Wow, I can't believe I missed this post, sorry Lori. I have alot of personal experience with UTI. She must drink water...literally all the time...carry a water bottle with her (not necessarily huge quantity, but, sip, sip, sip). She must NEVER wait to urinate...go as soon as she feels the urge...even if it means stopping the car and sitting on the edge...go immediately...this probably means you should never pass a rest room (LOL) at first the quantity will be small, that's OK. She's tired because her body's defenses are trying to save her life! Put her to bed and let them help her.

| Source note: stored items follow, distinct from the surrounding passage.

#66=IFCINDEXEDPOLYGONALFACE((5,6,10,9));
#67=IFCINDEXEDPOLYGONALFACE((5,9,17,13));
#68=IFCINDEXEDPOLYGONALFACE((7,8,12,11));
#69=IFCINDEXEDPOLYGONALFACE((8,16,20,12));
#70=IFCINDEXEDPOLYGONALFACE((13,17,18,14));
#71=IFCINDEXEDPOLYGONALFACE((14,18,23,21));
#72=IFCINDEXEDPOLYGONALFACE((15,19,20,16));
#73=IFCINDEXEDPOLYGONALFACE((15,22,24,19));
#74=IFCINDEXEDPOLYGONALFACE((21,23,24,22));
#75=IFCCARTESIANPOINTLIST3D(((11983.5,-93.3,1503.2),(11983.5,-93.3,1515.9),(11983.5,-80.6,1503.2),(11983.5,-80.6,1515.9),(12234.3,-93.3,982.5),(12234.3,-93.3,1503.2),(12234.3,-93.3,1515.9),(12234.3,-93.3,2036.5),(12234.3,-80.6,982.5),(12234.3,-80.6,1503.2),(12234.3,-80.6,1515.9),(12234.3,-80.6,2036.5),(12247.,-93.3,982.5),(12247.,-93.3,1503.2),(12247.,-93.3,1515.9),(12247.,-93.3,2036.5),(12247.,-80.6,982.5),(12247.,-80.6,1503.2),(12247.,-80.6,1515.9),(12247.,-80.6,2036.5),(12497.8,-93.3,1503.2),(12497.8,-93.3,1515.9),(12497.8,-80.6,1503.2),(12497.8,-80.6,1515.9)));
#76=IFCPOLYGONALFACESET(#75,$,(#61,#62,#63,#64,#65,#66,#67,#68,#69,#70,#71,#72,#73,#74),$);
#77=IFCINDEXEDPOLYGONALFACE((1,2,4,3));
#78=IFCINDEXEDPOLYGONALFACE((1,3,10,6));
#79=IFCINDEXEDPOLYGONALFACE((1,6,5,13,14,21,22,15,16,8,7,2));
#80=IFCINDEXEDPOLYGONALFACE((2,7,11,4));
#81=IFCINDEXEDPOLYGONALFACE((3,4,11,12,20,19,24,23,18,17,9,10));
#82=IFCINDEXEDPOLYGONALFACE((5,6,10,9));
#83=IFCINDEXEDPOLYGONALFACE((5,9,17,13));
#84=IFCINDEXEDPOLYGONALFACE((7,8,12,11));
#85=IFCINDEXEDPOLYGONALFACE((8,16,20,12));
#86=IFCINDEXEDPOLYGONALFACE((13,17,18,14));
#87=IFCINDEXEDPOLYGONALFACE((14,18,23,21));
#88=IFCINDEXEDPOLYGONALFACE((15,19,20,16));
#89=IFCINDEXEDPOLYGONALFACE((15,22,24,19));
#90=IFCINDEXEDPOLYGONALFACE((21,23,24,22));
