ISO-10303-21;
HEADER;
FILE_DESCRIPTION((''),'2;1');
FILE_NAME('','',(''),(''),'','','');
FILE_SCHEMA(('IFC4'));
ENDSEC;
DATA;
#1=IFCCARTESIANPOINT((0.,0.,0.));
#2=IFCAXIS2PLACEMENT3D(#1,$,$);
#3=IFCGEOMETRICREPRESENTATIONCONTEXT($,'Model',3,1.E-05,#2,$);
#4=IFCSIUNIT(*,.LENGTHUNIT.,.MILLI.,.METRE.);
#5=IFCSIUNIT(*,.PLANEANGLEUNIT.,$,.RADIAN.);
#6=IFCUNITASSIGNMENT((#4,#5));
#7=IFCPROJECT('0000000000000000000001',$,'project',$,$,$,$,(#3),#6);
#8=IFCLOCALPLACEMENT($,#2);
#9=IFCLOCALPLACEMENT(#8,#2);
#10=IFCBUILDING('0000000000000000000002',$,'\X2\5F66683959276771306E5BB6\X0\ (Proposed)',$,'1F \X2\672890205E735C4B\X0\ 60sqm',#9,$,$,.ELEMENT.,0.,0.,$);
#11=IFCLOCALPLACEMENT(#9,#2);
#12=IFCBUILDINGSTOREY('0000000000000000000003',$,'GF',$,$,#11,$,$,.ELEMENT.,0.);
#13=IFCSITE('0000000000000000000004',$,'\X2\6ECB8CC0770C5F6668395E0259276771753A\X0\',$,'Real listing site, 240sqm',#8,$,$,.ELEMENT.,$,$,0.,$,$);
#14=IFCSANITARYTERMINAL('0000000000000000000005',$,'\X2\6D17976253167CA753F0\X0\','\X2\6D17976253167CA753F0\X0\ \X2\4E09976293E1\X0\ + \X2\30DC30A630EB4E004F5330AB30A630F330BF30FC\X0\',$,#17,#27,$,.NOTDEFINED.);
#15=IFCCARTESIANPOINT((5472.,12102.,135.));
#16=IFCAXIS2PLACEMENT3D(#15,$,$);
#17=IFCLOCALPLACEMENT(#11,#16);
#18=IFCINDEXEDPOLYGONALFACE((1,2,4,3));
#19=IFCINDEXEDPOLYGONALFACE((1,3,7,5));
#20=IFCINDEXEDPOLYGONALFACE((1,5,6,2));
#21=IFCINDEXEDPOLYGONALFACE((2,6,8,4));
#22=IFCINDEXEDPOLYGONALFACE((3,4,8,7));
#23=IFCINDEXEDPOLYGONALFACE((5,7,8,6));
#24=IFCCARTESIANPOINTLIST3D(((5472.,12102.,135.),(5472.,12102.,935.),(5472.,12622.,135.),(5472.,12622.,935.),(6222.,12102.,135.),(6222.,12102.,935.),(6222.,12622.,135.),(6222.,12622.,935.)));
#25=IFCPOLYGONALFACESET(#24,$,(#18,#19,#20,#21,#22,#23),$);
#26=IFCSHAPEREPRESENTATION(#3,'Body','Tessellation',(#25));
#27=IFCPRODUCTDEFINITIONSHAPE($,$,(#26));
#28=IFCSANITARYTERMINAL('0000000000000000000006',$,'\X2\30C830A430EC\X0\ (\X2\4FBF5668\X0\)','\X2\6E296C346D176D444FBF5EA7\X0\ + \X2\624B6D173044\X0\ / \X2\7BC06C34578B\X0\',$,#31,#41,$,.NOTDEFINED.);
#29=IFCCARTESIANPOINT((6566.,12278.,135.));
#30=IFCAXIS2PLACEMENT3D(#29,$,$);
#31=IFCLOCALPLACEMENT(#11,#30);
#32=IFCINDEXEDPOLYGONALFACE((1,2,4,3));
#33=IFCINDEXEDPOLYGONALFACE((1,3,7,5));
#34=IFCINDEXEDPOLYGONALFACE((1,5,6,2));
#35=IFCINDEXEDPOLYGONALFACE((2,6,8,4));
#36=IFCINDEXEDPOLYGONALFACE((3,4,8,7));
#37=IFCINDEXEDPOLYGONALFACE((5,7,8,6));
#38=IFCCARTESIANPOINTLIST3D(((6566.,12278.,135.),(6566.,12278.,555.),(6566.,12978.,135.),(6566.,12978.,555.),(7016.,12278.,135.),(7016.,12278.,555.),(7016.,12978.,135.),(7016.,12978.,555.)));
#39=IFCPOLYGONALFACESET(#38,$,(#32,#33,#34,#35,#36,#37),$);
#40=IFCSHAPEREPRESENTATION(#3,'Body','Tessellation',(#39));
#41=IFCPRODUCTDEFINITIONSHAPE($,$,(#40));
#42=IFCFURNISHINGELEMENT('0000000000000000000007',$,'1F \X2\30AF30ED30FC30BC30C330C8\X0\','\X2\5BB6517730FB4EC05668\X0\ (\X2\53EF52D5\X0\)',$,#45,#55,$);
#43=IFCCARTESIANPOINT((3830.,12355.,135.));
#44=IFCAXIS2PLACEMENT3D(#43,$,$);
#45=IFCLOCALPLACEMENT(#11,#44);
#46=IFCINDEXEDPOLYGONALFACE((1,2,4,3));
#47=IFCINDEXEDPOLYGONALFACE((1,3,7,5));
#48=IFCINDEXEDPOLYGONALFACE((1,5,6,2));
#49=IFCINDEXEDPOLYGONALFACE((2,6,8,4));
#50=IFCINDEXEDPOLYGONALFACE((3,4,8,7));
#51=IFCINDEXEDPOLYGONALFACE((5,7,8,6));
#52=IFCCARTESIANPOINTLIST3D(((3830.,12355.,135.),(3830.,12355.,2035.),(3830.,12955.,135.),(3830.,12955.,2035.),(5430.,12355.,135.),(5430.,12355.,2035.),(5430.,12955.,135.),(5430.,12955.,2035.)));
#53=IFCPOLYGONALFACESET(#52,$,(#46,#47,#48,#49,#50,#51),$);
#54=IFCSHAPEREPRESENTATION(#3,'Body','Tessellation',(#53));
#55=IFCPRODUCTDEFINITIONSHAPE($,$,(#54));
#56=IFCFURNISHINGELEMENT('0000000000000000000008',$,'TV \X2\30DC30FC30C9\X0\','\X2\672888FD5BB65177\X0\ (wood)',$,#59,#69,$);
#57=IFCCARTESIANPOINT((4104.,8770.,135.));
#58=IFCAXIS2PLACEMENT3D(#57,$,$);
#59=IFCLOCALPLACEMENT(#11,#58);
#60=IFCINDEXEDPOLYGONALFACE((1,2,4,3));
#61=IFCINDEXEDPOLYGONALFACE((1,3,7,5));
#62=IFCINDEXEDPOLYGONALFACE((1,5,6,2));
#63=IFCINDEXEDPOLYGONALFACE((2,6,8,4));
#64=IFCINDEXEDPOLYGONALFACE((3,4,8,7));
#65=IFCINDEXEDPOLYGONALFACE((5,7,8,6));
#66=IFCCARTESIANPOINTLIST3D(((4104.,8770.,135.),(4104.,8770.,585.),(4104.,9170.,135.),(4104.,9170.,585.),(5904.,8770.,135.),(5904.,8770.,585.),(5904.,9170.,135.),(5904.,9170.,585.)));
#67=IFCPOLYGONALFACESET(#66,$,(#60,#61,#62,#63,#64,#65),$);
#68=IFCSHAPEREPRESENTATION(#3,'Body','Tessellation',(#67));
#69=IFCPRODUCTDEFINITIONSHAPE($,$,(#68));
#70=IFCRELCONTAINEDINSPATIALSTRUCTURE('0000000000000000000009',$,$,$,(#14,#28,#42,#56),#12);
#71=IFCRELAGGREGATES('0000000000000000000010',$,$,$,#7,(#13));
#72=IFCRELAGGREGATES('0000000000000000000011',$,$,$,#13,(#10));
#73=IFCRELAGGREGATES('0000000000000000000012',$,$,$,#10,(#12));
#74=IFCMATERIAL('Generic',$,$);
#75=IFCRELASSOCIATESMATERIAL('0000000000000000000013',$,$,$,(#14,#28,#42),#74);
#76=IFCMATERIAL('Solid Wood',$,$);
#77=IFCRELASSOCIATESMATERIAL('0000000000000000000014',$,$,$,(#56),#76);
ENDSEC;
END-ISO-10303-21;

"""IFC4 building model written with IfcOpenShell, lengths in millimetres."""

from ifc_helpers import new_model, si_unit, frame, frame_2d, origin, place, context, project, spatial, rectangle, extrude, material, element, save


model = new_model("IFC4")

# Units and contexts
model_context = context("Model", 3, precision=1e-05, world=origin())
ifc_project = project(units=[si_unit("LENGTHUNIT", "METRE", prefix="MILLI"), si_unit("PLANEANGLEUNIT", "RADIAN")], contexts=[model_context])

# Site, building, storey
site_placement = place(None, origin())
site = spatial("IfcSite", under=ifc_project, at=site_placement, Name="滋賀県彦根市大東町", ObjectType="Real listing site, 240sqm", CompositionType="ELEMENT", RefElevation=0.0)
building_placement = place(site_placement, origin())
building = spatial("IfcBuilding", under=site, at=building_placement, Name="彦根大東の家 (Proposed)", ObjectType="1F 木造平屋 60sqm", CompositionType="ELEMENT", ElevationOfRefHeight=0.0, ElevationOfTerrain=0.0)
storey_placement = place(building_placement, origin())
storey = spatial("IfcBuildingStorey", under=building, at=storey_placement, Name="GF", CompositionType="ELEMENT", Elevation=0.0)

# Shared definitions
ifc_material_1 = material(Name="Solid Wood")

# Shared definitions
ifc_material_2 = material(Name="Generic")

# Sanitary terminals
sanitary_terminal_1_placement = place(storey_placement, frame((5472.0, 12102.0, 135.0)))
element("IfcSanitaryTerminal", 1, at=sanitary_terminal_1_placement, inside=storey, material=ifc_material_2, Name="洗面化粧台", Description="洗面化粧台 三面鏡 + ボウル一体カウンター", PredefinedType="NOTDEFINED", context=model_context, shape_type="SweptSolid", body=[
    extrude(rectangle(XDim=750.0, YDim=520.0, at=frame_2d((375.0, 260.0))), frame((5472.0, 12102.0, 135.0)), (0.0, 0.0, 1.0), 800.0),
])
sanitary_terminal_2_placement = place(storey_placement, frame((6566.0, 12278.0, 135.0)))
element("IfcSanitaryTerminal", 2, at=sanitary_terminal_2_placement, inside=storey, material=ifc_material_2, Name="トイレ (便器)", Description="温水洗浄便座 + 手洗い / 節水型", PredefinedType="NOTDEFINED", context=model_context, shape_type="SweptSolid", body=[
    extrude(rectangle(XDim=450.0, YDim=700.0, at=frame_2d((225.0, 350.0))), frame((6566.0, 12278.0, 135.0)), (0.0, 0.0, 1.0), 420.0),
])

# Furnishing elements
furnishing_1_placement = place(storey_placement, frame((3830.0, 12355.0, 135.0)))
element("IfcFurnishingElement", 3, at=furnishing_1_placement, inside=storey, material=ifc_material_2, Name="1F クローゼット", Description="家具・什器 (可動)", context=model_context, shape_type="SweptSolid", body=[
    extrude(rectangle(XDim=1600.0, YDim=600.0, at=frame_2d((800.0, 300.0))), frame((3830.0, 12355.0, 135.0)), (0.0, 0.0, 1.0), 1900.0),
])
furnishing_2_placement = place(storey_placement, frame((4104.0, 8770.0, 135.0)))
element("IfcFurnishingElement", 4, at=furnishing_2_placement, inside=storey, material=ifc_material_1, Name="TV ボード", Description="木製家具 (wood)", context=model_context, shape_type="SweptSolid", body=[
    extrude(rectangle(XDim=1800.0, YDim=400.0, at=frame_2d((900.0, 200.0))), frame((4104.0, 8770.0, 135.0)), (0.0, 0.0, 1.0), 450.0),
])

save(model, "model.ifc")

You want to know if she feel nausiated, if she feels sick to her stomach, rush her to the Dr., it may mean her kidney's are shutting down. 

I hope they antibiotics are working now and she's better, but once you've had a serious UTI, chances are she'll have it again. No more carbonated beverages, cranberry juice, water, tea. I'm a milk lover, but, I've cut way back, I drink 4 ounces 3x/day. Of course, not until she recovers. ray: ray: Hope she's better!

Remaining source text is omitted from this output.